It would not have been apparent to one skilled in the art that administering any mesenchymal stem cells may result in an increase in the number and/or activity of endothelial progenitor cells, nor would the other means for “inducing an increase in endothelial progenitor cell numbers and/or activity” potentially encompassed by this limitation be recognized.

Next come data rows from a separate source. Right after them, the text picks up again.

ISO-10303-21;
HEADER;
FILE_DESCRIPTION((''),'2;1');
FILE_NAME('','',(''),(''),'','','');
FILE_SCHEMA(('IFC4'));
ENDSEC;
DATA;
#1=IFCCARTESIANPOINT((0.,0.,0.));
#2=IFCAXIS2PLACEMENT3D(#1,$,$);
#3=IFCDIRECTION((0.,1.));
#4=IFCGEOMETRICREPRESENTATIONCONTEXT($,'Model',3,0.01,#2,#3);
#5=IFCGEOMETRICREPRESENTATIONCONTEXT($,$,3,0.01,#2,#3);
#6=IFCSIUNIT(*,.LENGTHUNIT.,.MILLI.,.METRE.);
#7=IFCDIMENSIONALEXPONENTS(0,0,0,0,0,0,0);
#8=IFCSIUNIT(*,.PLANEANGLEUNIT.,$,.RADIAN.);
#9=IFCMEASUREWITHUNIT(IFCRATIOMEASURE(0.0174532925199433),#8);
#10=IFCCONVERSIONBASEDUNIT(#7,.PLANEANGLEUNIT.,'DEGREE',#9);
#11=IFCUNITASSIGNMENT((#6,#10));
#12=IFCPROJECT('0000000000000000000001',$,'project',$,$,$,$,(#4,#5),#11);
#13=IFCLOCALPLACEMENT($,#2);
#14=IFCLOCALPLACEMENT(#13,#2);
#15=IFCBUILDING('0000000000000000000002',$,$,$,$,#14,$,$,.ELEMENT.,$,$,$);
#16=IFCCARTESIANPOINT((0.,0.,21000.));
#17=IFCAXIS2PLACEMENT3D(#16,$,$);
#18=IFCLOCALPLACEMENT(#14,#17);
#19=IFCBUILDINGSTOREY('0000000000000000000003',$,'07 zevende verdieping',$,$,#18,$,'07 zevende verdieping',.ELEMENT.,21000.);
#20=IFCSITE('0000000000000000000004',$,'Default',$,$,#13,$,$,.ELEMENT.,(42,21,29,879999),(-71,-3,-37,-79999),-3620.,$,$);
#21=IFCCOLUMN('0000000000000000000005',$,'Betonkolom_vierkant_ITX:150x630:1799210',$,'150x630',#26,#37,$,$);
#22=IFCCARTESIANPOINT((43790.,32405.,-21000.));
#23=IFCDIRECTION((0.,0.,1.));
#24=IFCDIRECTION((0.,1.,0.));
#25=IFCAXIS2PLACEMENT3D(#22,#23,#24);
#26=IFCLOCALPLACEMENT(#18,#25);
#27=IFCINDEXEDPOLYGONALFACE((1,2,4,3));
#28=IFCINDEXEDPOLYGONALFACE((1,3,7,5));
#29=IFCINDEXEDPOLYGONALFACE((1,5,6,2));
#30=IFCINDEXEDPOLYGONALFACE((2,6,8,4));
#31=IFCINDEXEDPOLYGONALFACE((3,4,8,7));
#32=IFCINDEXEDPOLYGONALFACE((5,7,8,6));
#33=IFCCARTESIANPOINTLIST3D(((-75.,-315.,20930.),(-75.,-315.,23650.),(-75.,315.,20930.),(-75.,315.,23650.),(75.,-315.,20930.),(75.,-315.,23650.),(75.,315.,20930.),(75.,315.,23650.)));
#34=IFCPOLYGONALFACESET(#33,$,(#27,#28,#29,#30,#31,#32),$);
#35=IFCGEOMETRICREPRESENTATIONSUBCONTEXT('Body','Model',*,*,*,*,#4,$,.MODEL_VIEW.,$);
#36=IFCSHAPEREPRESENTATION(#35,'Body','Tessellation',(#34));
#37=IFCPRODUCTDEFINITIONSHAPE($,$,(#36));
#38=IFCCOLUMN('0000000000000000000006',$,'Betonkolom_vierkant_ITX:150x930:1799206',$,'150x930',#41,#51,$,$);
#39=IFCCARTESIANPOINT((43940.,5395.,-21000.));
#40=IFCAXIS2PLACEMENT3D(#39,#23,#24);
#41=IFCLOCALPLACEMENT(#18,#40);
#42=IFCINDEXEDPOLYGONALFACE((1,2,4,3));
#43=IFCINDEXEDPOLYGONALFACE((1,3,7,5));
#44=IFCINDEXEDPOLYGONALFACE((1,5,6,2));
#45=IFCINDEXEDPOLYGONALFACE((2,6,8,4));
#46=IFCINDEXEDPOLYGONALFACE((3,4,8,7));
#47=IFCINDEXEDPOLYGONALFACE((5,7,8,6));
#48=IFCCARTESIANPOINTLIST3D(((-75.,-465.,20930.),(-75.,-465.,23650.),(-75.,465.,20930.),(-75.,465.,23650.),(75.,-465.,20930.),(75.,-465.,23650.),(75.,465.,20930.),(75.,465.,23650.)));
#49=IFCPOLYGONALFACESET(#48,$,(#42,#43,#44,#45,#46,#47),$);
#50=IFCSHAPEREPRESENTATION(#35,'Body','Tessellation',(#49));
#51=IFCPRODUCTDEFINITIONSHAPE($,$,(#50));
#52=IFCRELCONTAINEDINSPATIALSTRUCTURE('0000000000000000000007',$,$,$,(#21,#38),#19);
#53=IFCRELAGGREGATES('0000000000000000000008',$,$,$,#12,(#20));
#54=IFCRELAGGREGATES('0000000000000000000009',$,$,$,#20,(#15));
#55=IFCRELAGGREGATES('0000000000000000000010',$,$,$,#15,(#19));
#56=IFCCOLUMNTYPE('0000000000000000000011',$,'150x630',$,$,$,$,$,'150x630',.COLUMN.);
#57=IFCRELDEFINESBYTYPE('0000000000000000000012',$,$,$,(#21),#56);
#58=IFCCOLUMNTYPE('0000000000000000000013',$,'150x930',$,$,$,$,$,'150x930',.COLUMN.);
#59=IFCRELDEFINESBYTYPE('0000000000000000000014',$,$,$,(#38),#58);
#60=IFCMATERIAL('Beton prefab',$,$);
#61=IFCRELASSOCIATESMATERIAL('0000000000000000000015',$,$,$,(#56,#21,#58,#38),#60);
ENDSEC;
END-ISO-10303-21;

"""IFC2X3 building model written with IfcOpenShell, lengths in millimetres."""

from ifc_helpers import new_model, entity, si_unit, converted_unit, direction, frame, origin, origin_2d_with_axis, place, context, subcontext, project, spatial, rectangle, extrude, source, transform, mapped, material, type_object, type_shapes, element, save


model = new_model("IFC2X3")

# Units and contexts
model_context = context("Model", 3, precision=0.01, world=origin(), true_north=direction((0.0, 1.0)))
context_of_model = context(None, 3, precision=0.01, world=origin(), true_north=direction((0.0, 1.0)))
body_context = subcontext(model_context, "Body", "Model", "MODEL_VIEW")
ifc_project = project(units=[si_unit("LENGTHUNIT", "METRE", prefix="MILLI"), converted_unit("PLANEANGLEUNIT", "DEGREE", entity("IfcRatioMeasure", 0.0174532925199433), si_unit("PLANEANGLEUNIT", "RADIAN"), dimensions=[0, 0, 0, 0, 0, 0, 0])], contexts=[model_context, context_of_model])

# Site, building, storey
site_placement = place(None, origin())
site = spatial("IfcSite", under=ifc_project, at=site_placement, Name="Default", CompositionType="ELEMENT", RefLatitude=(42, 21, 29, 879999), RefLongitude=(-71, -3, -37, -79999), RefElevation=-3620.0)
building_placement = place(site_placement, origin())
building = spatial("IfcBuilding", under=site, at=building_placement, CompositionType="ELEMENT")
storey_placement = place(building_placement, frame((0.0, 0.0, 21000.0)))
storey = spatial("IfcBuildingStorey", under=building, at=storey_placement, Name="07 zevende verdieping", LongName="07 zevende verdieping", CompositionType="ELEMENT", Elevation=21000.0)

# Columns
ifc_material_1 = material(Name="Beton prefab")
column_type_1 = type_object("IfcColumnType", Name="150x630", ElementType="150x630", PredefinedType="COLUMN", material=ifc_material_1)
shared_shape_1 = source(origin(), body_context, "Body", "SweptSolid", [
    extrude(rectangle(XDim=630.0, YDim=150.0, at=origin_2d_with_axis()), frame((0.0, 0.0, 20930.0), z_axis=(0.0, 0.0, 1.0), x_axis=(0.0, -1.0, 0.0)), (0.0, 0.0, 1.0), 2720.0),
])
type_shapes(column_type_1, [shared_shape_1])
column_1_placement = place(storey_placement, frame((43790.0, 32405.0, -21000.0), z_axis=(0.0, 0.0, 1.0), x_axis=(0.0, 1.0, 0.0)))
element("IfcColumn", 1, at=column_1_placement, inside=storey, type_object=column_type_1, material=ifc_material_1, Name="Betonkolom_vierkant_ITX:150x630:1799210", ObjectType="150x630", context=body_context, shape_type="MappedRepresentation", body=[
    mapped(shared_shape_1, transform((0.0, 0.0, 0.0), scale=1.0)),
])
column_type_2 = type_object("IfcColumnType", Name="150x930", ElementType="150x930", PredefinedType="COLUMN", material=ifc_material_1)
shared_shape_2 = source(origin(), body_context, "Body", "SweptSolid", [
    extrude(rectangle(XDim=930.0, YDim=150.0, at=origin_2d_with_axis()), frame((0.0, 0.0, 20930.0), z_axis=(0.0, 0.0, 1.0), x_axis=(0.0, -1.0, 0.0)), (0.0, 0.0, 1.0), 2720.0),
])
type_shapes(column_type_2, [shared_shape_2])
column_2_placement = place(storey_placement, frame((43940.0, 5395.0, -21000.0), z_axis=(0.0, 0.0, 1.0), x_axis=(0.0, 1.0, 0.0)))
element("IfcColumn", 2, at=column_2_placement, inside=storey, type_object=column_type_2, material=ifc_material_1, Name="Betonkolom_vierkant_ITX:150x930:1799206", ObjectType="150x930", context=body_context, shape_type="MappedRepresentation", body=[
    mapped(shared_shape_2, transform((0.0, 0.0, 0.0), scale=1.0)),
])

save(model, "model.ifc")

Furthermore, no means for achieving an “increase the number and/or activity” of endothelial progenitor cells is demonstrated in the specification. Applicant also has not established any nexus that the beneficial COPD treatments demonstrated at FIGs. 1-2 (e.g., administration of mesenchymal stem cells with myeloid derived suppressor cells) has any relevance to a treatment comprising administration of mesenchymal stem cells with endothelial progenitor cells as encompassed by claims 1-8.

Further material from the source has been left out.